I’m sure you didn’t mean it as such but that sounds like the kind of argument
often used to shutdown discussion of egregious behaviour.

------
ThalesX
I try to shy away from politics on this website but I can't shake this nagging
feeling that this says something important about the current state of the US
and the world. I am not a US citizen nor a resident, nor am I a Russian
citizen or resident, so my opinions are absolutely subjective.
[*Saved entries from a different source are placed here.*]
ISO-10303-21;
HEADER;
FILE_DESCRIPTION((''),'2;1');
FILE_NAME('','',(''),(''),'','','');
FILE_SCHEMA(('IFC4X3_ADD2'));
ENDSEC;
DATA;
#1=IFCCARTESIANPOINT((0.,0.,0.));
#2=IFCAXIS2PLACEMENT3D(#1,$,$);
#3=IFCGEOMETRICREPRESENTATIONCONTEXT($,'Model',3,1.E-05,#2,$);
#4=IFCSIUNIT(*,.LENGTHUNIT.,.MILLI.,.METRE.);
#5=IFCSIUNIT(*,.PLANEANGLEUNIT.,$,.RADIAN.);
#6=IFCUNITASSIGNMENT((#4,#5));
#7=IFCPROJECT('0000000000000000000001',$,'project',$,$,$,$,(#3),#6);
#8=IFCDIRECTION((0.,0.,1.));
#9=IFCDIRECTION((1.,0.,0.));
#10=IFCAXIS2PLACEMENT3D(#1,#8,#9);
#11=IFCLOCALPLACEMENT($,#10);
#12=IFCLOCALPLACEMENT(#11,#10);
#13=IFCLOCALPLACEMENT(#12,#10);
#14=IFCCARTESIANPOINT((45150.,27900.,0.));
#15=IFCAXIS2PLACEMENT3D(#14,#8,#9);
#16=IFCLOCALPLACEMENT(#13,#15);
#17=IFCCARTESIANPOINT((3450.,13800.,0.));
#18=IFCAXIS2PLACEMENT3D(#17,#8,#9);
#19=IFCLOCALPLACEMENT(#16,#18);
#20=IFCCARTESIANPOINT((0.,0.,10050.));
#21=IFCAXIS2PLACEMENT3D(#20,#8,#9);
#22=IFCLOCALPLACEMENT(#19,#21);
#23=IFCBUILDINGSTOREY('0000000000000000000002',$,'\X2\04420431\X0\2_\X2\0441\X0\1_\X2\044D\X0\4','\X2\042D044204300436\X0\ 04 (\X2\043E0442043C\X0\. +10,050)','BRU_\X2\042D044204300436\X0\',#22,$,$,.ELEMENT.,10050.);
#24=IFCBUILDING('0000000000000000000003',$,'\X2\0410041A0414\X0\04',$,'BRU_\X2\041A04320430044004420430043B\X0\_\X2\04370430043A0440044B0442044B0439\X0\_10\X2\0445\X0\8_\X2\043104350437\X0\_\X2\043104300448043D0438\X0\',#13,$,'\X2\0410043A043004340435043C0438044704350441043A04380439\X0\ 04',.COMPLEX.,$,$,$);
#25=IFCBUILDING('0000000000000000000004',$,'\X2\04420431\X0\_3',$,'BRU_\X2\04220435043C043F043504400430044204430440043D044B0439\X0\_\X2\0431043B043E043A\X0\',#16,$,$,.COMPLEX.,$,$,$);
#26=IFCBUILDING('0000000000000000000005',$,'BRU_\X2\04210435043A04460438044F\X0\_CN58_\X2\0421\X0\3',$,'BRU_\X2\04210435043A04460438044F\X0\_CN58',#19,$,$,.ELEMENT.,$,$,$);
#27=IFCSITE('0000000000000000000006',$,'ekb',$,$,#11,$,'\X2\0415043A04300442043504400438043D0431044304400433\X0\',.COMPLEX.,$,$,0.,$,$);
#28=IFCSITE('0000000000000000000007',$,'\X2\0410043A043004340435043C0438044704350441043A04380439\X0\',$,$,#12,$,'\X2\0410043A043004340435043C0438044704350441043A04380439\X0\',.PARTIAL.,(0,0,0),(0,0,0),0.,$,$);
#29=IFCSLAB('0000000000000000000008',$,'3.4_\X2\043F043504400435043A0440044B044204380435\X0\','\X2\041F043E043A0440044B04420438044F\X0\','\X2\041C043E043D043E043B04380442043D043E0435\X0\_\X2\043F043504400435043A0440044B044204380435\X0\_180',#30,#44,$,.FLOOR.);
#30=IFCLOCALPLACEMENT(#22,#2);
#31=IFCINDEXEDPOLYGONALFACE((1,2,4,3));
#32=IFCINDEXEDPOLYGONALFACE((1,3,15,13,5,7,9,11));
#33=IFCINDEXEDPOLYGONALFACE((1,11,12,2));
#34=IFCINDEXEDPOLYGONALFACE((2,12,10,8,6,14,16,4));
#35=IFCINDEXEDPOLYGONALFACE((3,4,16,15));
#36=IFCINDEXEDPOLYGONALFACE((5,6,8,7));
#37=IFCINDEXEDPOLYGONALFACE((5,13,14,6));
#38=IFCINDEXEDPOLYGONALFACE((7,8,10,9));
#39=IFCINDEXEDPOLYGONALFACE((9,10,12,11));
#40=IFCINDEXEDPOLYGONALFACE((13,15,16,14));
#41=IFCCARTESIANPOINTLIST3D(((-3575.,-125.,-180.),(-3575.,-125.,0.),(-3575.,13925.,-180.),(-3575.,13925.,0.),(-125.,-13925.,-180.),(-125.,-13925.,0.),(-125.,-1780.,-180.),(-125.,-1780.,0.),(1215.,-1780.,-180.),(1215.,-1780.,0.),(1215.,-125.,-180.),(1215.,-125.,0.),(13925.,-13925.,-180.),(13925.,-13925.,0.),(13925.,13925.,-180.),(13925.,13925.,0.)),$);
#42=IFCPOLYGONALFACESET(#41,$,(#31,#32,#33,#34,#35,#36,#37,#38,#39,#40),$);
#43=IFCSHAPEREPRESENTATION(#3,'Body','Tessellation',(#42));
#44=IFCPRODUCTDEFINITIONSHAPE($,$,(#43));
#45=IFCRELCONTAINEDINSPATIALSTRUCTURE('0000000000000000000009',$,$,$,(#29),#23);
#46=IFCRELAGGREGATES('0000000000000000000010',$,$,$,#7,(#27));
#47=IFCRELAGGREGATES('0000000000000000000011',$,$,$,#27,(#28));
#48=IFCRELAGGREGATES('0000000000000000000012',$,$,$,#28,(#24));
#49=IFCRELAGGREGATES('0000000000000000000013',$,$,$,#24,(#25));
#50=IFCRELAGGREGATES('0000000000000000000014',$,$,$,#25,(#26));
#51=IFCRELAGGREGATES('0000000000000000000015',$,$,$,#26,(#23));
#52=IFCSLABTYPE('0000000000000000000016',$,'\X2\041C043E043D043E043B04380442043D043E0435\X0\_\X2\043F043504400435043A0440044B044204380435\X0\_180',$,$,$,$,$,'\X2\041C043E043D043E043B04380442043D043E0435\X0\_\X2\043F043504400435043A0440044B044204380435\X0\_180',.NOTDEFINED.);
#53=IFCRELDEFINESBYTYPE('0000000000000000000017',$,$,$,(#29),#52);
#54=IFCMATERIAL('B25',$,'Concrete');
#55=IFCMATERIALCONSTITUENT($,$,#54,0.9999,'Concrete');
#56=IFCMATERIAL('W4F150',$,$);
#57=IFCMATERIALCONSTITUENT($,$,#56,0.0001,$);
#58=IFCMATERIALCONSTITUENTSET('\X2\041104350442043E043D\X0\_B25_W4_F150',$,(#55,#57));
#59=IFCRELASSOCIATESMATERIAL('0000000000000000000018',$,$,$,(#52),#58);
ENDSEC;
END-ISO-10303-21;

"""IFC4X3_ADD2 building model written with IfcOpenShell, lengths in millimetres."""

from ifc_helpers import new_model, si_unit, frame, origin, origin_with_axes, place, context, project, spatial, polyline, outline, extrude, material, constituent, constituent_set, type_object, element, save


model = new_model("IFC4X3_ADD2")

# Units and contexts
model_context = context("Model", 3, precision=1e-05, world=origin())
ifc_project = project(units=[si_unit("LENGTHUNIT", "METRE", prefix="MILLI"), si_unit("PLANEANGLEUNIT", "RADIAN")], contexts=[model_context])

# Sites, buildings, storey
site_1_placement = place(None, origin_with_axes())
site_1 = spatial("IfcSite", under=ifc_project, at=site_1_placement, Name="ekb", LongName="Екатеринбург", CompositionType="COMPLEX", RefElevation=0.0)
site_2_placement = place(site_1_placement, origin_with_axes())
site_2 = spatial("IfcSite", under=site_1, at=site_2_placement, Name="Академический", LongName="Академический", CompositionType="PARTIAL", RefLatitude=(0, 0, 0), RefLongitude=(0, 0, 0), RefElevation=0.0)
building_1_placement = place(site_2_placement, origin_with_axes())
building_1 = spatial("IfcBuilding", under=site_2, at=building_1_placement, Name="АКД04", ObjectType="BRU_Квартал_закрытый_10х8_без_башни", LongName="Академический 04", CompositionType="COMPLEX")
building_2_placement = place(building_1_placement, frame((45150.0, 27900.0, 0.0), z_axis=(0.0, 0.0, 1.0), x_axis=(1.0, 0.0, 0.0)))
building_2 = spatial("IfcBuilding", under=building_1, at=building_2_placement, Name="тб_3", ObjectType="BRU_Температурный_блок", CompositionType="COMPLEX")
building_3_placement = place(building_2_placement, frame((3450.0, 13800.0, 0.0), z_axis=(0.0, 0.0, 1.0), x_axis=(1.0, 0.0, 0.0)))
building_3 = spatial("IfcBuilding", under=building_2, at=building_3_placement, Name="BRU_Секция_CN58_С3", ObjectType="BRU_Секция_CN58", CompositionType="ELEMENT")
storey_placement = place(building_3_placement, frame((0.0, 0.0, 10050.0), z_axis=(0.0, 0.0, 1.0), x_axis=(1.0, 0.0, 0.0)))
storey = spatial("IfcBuildingStorey", under=building_3, at=storey_placement, Name="тб2_с1_э4", Description="Этаж 04 (отм. +10,050)", ObjectType="BRU_Этаж", CompositionType="ELEMENT", Elevation=10050.0)

# Shared definitions
ifc_material_1 = material(Name="B25", Category="Concrete")
ifc_material_2 = material(Name="W4F150")

# Slab
ifc_constituent_1 = constituent(ifc_material_1, Category="Concrete", fraction=0.9999)
ifc_constituent_2 = constituent(ifc_material_2, fraction=0.0001)
ifc_constituent_set_1 = constituent_set(constituents=[ifc_constituent_1, ifc_constituent_2], Name="Бетон_B25_W4_F150")
slab_type = type_object("IfcSlabType", Name="Монолитное_перекрытие_180", ElementType="Монолитное_перекрытие_180", PredefinedType="NOTDEFINED", material=ifc_constituent_set_1)
slab_placement = place(storey_placement, frame((0.0, 0.0, -180.0), z_axis=(0.0, 0.0, 1.0), x_axis=(1.0, 0.0, 0.0)))
element("IfcSlab", 1, at=slab_placement, inside=storey, type_object=slab_type, Name="3.4_перекрытие", Description="Покрытия", ObjectType="Монолитное_перекрытие_180", PredefinedType="FLOOR", context=model_context, shape_type="SweptSolid", body=[
    extrude(outline(polyline([(-125.0, -13925.0), (13925.0, -13925.0), (13925.0, 13925.0), (-3575.0, 13925.0), (-3575.0, -125.0), (1215.0, -125.0), (1215.0, -1780.0), (-125.0, -1780.0), (-125.0, -13925.0)])), origin_with_axes(), (0.0, 0.0, 1.0), 180.0),
])

save(model, "model.ifc")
I feel like whenever an external agent such as Russia opens up the troll
farms, the US gets all up in arms about the threat to democracy and how its
poor country is under assault by the big bad meanies sending their virtual
gargoyles to pray on its innocent citizens and influence their voting habits
and put whoever they want in charge of the country and oh woe me, _while_ they
are doing it to their own citizens!

I don't hear Russia on the world stage as vocal about it as the US, if
anything I'm hearing a lot more pragmatic (not something everyone agrees with)
geopolitical discussion coming from that side, and I don't hear about them
actively targeting their own citizens in "psyops" with the same fervor as the
US.

Of course, this could mean that the press is free in the US and totally
controlled in Russia so of course we hear only one side of the story, but I
have this nagging feeling that whereas Russian government is actively and
directly sabotaging its citizens, the US is engaged in far more
psychologically dangerous activities targeting its state of being, and that
the most damage is done by internal forces, not by external baddies.

I dunno, might be totally off, who knows...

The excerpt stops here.